* PROBLEM DETAILS:
Report only the number of lines in the entries below that hold the word "IFCRECTANGLEPROFILEDEF".

[Stored data]

>>>

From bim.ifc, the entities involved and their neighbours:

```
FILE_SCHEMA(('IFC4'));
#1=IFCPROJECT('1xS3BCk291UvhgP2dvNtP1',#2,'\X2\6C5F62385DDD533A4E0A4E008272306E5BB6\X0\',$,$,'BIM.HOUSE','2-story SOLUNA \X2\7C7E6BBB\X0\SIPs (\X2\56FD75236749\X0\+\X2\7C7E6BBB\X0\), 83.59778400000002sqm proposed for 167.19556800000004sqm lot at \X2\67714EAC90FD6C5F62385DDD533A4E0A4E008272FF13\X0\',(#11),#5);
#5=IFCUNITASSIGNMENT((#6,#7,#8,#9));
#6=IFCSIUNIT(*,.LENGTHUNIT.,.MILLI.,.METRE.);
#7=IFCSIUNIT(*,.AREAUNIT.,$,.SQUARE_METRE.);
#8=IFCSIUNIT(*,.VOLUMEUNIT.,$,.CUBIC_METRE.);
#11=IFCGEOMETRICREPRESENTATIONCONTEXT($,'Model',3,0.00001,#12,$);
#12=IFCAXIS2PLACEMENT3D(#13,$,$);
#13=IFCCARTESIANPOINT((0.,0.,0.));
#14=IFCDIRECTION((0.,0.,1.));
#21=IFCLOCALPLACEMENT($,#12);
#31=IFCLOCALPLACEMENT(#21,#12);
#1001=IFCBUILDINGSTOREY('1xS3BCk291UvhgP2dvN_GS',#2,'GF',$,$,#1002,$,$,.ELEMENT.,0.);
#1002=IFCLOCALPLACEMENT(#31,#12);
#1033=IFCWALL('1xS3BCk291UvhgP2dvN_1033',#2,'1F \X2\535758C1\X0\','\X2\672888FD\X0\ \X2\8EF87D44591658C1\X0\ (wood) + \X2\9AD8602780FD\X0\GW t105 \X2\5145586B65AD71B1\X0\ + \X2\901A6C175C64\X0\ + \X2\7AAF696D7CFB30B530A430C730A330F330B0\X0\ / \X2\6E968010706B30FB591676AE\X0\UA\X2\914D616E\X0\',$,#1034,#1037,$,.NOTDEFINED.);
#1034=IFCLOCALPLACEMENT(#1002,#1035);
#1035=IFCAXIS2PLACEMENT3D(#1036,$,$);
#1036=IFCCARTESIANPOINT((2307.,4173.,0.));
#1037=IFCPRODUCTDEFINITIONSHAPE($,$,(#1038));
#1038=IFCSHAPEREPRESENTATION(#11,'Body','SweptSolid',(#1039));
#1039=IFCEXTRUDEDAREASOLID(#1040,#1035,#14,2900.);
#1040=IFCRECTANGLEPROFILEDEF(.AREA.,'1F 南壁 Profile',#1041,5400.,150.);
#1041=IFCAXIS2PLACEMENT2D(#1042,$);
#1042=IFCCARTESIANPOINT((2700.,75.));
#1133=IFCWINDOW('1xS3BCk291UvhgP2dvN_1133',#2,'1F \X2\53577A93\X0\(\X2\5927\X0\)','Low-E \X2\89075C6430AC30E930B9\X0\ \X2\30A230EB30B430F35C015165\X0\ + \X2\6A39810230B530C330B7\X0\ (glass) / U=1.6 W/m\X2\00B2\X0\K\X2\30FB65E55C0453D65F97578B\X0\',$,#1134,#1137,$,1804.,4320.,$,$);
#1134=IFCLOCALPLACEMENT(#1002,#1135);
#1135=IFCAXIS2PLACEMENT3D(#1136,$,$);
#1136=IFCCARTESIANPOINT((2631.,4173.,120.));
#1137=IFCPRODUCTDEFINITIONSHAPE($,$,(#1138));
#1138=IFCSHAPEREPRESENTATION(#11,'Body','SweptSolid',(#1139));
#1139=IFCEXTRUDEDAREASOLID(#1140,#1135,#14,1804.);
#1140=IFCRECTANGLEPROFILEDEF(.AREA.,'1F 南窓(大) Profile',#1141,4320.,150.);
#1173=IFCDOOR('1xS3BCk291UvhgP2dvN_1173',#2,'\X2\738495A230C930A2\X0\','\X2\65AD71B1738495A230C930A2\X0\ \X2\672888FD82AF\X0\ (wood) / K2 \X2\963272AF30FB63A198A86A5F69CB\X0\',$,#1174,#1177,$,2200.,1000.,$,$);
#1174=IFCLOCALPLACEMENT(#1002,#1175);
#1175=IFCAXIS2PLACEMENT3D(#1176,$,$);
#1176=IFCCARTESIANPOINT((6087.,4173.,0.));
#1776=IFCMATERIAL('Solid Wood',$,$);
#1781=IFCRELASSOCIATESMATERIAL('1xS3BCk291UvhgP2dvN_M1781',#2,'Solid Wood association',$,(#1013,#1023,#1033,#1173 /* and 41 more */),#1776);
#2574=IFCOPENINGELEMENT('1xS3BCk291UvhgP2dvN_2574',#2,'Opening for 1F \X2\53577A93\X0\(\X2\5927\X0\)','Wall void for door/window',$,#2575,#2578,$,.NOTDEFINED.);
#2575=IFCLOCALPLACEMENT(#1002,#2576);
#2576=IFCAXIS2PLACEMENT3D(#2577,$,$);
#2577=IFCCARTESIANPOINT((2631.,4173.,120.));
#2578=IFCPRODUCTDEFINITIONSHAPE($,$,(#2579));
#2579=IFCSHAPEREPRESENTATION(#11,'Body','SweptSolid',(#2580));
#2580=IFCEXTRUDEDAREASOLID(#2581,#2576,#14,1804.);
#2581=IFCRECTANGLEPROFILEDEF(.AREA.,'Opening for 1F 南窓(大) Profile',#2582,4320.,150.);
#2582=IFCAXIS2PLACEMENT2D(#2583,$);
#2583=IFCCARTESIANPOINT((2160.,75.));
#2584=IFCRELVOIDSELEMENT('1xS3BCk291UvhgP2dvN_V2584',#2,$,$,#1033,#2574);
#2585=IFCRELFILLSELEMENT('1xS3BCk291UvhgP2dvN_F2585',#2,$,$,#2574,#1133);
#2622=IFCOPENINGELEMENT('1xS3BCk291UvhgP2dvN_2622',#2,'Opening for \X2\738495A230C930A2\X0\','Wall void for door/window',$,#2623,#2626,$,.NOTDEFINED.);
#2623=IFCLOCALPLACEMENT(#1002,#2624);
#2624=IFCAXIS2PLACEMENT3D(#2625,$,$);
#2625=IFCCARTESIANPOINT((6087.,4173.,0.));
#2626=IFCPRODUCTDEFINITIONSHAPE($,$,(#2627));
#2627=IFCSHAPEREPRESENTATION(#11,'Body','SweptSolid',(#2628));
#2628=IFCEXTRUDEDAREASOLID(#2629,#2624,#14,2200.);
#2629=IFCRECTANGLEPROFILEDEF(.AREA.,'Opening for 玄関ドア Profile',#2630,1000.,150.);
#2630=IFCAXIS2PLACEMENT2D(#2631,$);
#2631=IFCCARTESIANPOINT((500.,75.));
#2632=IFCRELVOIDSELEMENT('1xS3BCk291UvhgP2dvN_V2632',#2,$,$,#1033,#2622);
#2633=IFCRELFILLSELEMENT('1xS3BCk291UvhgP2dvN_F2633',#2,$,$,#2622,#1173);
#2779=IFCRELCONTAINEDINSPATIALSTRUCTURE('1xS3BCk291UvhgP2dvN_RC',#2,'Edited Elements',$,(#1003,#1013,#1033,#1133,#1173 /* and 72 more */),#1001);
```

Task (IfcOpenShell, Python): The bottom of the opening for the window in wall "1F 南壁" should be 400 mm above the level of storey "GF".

```python
import numpy as np
import ifcopenshell
import ifcopenshell.api.geometry
import ifcopenshell.geom
import ifcopenshell.util.element
import ifcopenshell.util.placement
import ifcopenshell.util.shape
import ifcopenshell.util.unit

model = ifcopenshell.open("bim.ifc")
unit_scale = ifcopenshell.util.unit.calculate_unit_scale(model)

window = model.by_guid("1xS3BCk291UvhgP2dvN_1133")
opening = window.FillsVoids[0].RelatingOpeningElement
storey = ifcopenshell.util.element.get_container(window, ifc_class="IfcBuildingStorey")
level = ifcopenshell.util.placement.get_local_placement(storey.ObjectPlacement)[2, 3]

# The opening's origin need not be at the sill, so measure its lowest point.
shape = ifcopenshell.geom.create_shape(ifcopenshell.geom.settings(), opening)
bottom = ifcopenshell.util.shape.get_shape_bottom_elevation(shape, shape.geometry) / unit_scale
dz = level + 400.0 - bottom

shift = np.array([0.0, 0.0, dz])
# The window is not placed relative to its opening, so move both.
for product in (opening, window):
    matrix = ifcopenshell.util.placement.get_local_placement(product.ObjectPlacement)
    matrix[:3, 3] += shift
    ifcopenshell.api.geometry.edit_object_placement(model, product=product, matrix=matrix, is_si=False)

print(f"moved by {dz * unit_scale:+.3f} m")

model.write("bim-out.ifc")
```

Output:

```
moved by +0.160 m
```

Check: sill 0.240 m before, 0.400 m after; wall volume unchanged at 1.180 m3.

<<<

* WRITTEN REPLY:
4